The language is not that obscure in the grand scheme of things, there's a Wikipedia article explaining the grammar https://en.wikipedia.org/wiki/Kabardian_grammar which is definitely in Claude's training set, probably alongside a few hundred linguistics papers and a bunch of monolingual data.
If you measured the performance for different numbers of initial translation examples, I suspect that there will be a sudden jump at the point where Claude stops refusing to even try, and after that additional examples will only marginally improve the output.

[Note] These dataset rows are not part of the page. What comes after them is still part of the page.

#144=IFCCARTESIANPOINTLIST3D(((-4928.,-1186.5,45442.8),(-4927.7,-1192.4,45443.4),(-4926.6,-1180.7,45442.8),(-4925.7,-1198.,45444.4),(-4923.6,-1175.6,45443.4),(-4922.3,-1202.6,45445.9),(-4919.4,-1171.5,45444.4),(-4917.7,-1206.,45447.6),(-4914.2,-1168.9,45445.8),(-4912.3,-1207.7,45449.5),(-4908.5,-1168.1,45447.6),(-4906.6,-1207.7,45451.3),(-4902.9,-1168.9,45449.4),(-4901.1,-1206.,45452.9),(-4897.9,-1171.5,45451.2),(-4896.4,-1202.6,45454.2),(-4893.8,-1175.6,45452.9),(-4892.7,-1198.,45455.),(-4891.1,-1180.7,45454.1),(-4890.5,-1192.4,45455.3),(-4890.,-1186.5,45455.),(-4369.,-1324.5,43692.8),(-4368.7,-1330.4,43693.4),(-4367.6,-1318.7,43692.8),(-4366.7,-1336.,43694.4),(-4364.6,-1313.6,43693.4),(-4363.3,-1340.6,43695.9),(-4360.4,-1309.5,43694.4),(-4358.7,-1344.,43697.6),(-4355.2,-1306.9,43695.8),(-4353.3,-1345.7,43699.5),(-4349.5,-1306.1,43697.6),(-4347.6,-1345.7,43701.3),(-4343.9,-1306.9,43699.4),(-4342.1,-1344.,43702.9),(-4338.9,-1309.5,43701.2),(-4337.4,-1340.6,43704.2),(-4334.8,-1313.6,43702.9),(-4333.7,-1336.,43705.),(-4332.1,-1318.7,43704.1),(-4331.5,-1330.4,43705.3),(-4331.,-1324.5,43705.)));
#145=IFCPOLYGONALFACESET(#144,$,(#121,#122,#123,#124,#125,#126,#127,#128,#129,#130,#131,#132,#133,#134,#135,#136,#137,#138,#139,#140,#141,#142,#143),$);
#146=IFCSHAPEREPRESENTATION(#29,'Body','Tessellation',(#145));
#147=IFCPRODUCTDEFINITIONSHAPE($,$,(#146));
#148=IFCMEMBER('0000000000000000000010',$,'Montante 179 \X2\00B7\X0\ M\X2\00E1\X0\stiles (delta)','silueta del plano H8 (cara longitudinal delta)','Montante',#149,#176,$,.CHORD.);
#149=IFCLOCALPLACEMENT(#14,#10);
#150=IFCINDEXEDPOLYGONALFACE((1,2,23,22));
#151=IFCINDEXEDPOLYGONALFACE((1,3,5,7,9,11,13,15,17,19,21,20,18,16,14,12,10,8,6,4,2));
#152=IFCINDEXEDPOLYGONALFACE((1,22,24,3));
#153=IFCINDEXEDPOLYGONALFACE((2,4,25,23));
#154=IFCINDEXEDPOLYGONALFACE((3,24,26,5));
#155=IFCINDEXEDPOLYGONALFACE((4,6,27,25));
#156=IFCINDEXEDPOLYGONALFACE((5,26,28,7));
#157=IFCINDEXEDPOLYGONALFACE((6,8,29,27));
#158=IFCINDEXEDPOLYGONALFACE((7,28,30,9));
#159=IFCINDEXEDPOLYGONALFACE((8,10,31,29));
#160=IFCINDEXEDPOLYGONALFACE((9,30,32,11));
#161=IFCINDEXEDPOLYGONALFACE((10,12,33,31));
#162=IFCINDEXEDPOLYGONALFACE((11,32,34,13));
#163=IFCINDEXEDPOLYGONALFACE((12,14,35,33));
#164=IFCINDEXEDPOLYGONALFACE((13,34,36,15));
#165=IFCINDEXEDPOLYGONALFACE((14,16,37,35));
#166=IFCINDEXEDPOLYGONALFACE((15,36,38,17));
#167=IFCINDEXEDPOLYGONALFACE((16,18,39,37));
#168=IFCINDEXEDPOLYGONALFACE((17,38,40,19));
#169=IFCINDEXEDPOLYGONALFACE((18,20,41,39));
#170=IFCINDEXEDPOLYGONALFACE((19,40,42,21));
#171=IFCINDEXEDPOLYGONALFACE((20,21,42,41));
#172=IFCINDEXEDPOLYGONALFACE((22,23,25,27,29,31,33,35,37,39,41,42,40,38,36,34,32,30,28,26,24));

If all those resources (Wikipedia article and papers) exist, then they are surely in GPT-4's training set as well. So clearly there is a difference between the capabilities of Claude and GPT-4.
If this were correct, it would be a bit less impressive than OP’s claim, but still a monumental leap forward for translation of low-resource languages - a task which all previous LLMs fail at.
need to show this to people claiming "it's just statistical inference, these models can't demonstrate any '''understanding'''" as if understanding is proven to be something else. these people assume every single bit of intelligence these models show is somehow in their training set which is patently false and very easy to test that it is false.
first week ChatGPT was public more than a year ago, I tried the early model to make it play along with me inventing a new programming language with novel attributes in syntax. after some back and forth, it could translate my javascript samples to the new programming language paying attention to the new language's semantics, and could even simulate running simple pieces of code. Sure, it had some token errors here and there but it was working. It was understanding what I was telling it, and responding in kind.
Over the months since, things only got better. So I'm not surprised with the results of this post, but still astonished the same.
> these people assume every single bit of intelligence these models show is somehow in their training set which is patently false and very easy to test that it is false.
Interesting, please create the very easy test that proves that.
one was already provided in my comment. ask it to create something by prompting the idea that only exists in your imagination, set up the constraints with natural language, and guide it to explore the dynamics of it with the context and constraints you just provided. you can see before your very eyes that it can interact with a context and set of constraints you just pulled out of thin air, something that exists nowhere but its context window.
I mean even being able to find the salient points and summarize an article that was written today (not in the training set) is intelligence, but some would move goal posts thinking it is something so simple, and from your tone I assumed you'd claim it as such. so I provided a hopefully more foolproof version of testing emergent intelligence that extends beyond training data.
This doesn't indicate that Claude is unfamiliar with Circassian, only that Circassian is sufficiently rare that refusing to answer is a plausible response.
The language is not that obscure in the grand scheme of things, there's a Wikipedia article explaining the grammar https://en.wikipedia.org/wiki/Kabardian_grammar which is definitely in Claude's training set, probably alongside a few hundred linguistics papers and a bunch of monolingual data.
If you measured the performance for different numbers of initial translation examples, I suspect that there will be a sudden jump at the point where Claude stops refusing to even try, and after that additional examples will only marginally improve the output.